Repetition. Just go over them again and again until you have them down. Learn adult first as that will be the most common one you will come across on the NREMT.


----------



## boombox (May 12, 2011)

And which book did you use?

i used the Brady book
they have a chart in the vitals chapter for general numbers and another in the infant and children chapter that breaks down the numbers for all the under 18 groups.

other than that - practice! im spending extra ER and ride along hours just so i can get more practice.

GOOD LUCK!


----------



## korvus (May 25, 2011)

I never bothered to learn pediatric vitals...just remembered that HR & RR should be faster than an adult, and BP numbers are usually lower than an adult.  I can't remember if they came up on the test, but I did fine without knowing them.  I still just look them up if it's a kid.


----------



## AustinNative (May 25, 2011)

What book do you use?  I used Brady Prehospital Emergency Care, ninth edition.  Look on pages 322-325.  Pretty much covers it.  I made flash cards for each sub-set of patients.  Then it is repetition after repetition that gets them in the head. There are some tricks of the trade to help remember what to watch for, but learn the basic sets by heart, and all will be well.

Good luck!


----------



## Handsome Robb (May 26, 2011)

korvus said:


> I never bothered to learn pediatric vitals...just remembered that HR & RR should be faster than an adult, and BP numbers are usually lower than an adult.  I can't remember if they came up on the test, but I did fine without knowing them.  I still just look them up if it's a kid.



really...?


----------



## rwik123 (May 26, 2011)

Hoooorayyy and the sheer incompetence of people in our profession shines through! Can I cite the post about not memorizing vitals when EMTs wanna be recognized as "educated medical professionals"?


----------



## Symbolic (May 26, 2011)

You will notice that there will be a slight variation between the vital sign numbers between textbooks/online resources. Just go with whats in the textbook your being tested on and try to commit the basic vitals to memory: Adult, child, infant and Neonate. The textbooks usually break them down even more to (school age children, toddlers, etc..)

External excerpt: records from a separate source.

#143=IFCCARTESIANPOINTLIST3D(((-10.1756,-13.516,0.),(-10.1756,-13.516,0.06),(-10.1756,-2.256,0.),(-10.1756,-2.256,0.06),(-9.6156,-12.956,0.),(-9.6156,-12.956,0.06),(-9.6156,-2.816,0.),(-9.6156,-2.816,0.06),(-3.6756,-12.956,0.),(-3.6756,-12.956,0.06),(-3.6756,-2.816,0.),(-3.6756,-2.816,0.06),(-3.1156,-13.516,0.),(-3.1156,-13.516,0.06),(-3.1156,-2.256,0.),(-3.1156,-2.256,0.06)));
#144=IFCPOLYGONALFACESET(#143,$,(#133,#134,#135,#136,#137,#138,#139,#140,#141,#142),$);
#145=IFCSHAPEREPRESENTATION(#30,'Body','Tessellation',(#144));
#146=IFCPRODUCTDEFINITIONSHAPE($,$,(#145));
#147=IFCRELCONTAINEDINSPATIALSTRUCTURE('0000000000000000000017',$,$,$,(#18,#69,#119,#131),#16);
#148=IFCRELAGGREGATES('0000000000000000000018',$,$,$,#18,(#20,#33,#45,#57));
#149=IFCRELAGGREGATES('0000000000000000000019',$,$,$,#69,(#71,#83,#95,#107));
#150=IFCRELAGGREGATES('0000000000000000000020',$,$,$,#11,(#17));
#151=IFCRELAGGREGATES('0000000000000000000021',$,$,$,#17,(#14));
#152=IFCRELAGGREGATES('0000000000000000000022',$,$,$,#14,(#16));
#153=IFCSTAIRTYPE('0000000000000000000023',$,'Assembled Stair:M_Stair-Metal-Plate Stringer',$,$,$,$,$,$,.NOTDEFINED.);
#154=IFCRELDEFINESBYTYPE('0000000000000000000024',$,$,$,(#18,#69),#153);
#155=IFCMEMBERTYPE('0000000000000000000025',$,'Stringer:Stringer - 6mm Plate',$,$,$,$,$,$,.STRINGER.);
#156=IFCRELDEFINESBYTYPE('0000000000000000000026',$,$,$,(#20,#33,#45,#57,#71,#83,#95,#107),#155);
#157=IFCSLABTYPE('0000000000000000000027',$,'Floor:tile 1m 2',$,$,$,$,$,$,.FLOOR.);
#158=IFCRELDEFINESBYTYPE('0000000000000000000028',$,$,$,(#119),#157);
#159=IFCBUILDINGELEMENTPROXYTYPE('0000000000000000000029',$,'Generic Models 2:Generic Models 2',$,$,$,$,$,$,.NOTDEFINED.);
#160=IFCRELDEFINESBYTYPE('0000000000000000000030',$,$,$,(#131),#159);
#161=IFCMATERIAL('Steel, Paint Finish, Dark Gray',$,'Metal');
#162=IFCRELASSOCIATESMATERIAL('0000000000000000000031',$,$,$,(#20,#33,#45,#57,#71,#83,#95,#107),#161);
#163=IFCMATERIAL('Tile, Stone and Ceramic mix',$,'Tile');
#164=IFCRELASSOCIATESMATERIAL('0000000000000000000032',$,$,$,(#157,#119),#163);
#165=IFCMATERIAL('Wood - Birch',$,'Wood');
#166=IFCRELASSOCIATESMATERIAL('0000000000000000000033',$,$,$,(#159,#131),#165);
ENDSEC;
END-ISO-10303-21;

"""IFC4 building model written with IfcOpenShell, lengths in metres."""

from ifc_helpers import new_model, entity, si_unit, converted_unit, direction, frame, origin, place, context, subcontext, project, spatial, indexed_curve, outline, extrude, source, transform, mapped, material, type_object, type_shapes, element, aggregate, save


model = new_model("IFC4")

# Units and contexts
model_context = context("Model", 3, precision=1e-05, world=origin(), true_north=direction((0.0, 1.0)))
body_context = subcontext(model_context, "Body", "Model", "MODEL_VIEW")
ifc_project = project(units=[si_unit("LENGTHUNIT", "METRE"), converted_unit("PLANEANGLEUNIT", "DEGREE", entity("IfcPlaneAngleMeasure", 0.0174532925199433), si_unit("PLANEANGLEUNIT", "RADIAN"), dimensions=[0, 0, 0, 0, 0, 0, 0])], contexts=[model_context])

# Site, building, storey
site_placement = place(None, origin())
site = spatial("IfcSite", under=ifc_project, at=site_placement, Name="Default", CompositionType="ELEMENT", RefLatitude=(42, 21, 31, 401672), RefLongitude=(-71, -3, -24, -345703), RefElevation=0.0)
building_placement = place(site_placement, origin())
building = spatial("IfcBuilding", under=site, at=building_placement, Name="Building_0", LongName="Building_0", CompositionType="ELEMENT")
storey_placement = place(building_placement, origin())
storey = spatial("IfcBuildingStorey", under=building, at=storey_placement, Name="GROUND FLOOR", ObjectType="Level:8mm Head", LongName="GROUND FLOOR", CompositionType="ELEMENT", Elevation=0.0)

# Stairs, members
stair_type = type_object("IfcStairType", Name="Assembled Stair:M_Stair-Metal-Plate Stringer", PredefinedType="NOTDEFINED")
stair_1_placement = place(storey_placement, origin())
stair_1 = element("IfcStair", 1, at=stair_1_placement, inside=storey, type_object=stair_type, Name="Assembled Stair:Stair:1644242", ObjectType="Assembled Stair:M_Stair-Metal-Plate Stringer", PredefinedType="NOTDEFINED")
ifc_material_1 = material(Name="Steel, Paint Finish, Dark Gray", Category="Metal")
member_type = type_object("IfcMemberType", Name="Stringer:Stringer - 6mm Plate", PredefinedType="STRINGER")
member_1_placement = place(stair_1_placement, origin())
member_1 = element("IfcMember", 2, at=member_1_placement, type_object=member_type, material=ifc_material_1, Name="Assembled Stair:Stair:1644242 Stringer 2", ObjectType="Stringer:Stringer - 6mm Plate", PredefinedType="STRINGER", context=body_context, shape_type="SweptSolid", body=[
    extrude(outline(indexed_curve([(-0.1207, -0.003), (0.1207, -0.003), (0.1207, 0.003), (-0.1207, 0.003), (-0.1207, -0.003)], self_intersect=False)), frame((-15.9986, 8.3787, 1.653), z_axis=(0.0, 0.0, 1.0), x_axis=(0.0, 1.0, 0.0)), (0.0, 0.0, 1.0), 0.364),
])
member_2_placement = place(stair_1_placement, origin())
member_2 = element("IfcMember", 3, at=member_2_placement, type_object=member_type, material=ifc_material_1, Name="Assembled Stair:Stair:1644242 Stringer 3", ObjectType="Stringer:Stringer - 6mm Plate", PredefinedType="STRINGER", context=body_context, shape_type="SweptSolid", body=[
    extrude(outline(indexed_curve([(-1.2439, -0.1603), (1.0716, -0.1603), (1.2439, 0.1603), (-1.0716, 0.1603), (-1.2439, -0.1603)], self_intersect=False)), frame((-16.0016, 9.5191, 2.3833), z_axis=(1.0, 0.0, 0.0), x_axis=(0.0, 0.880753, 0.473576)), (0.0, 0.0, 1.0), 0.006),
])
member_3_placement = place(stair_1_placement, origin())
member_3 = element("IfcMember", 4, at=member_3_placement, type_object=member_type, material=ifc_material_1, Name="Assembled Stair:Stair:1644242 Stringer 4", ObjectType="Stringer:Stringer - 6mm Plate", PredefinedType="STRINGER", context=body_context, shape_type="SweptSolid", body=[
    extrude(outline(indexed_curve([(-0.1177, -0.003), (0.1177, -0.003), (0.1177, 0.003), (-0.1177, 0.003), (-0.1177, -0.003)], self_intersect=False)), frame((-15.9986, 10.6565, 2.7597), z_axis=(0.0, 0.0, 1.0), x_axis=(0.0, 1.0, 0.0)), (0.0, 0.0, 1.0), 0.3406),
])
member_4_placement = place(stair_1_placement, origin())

http://baldwinambulance.com/uploads/4.7_Normal_Vital_Signs_Guidelines_for_EMS.pdf


----------



## korvus (May 26, 2011)

NVRob said:


> really...?



Yeah, really.  And I don't remember there being any questions that required that knowledge on the NREMT I/85 test, though I could be mistaken.  

Here's why I didn't bother.  Symbolic's link shows the HR for a child 1-8 years old as 80-100 bpm.  My textbook says for 1-3 yr, 90-150 bpm; for 4-5 yr, 80-140 bpm; for 6-12 yr, 70-120 bpm.  Note that every one of those ranges in my book extend significantly beyond 80-100.  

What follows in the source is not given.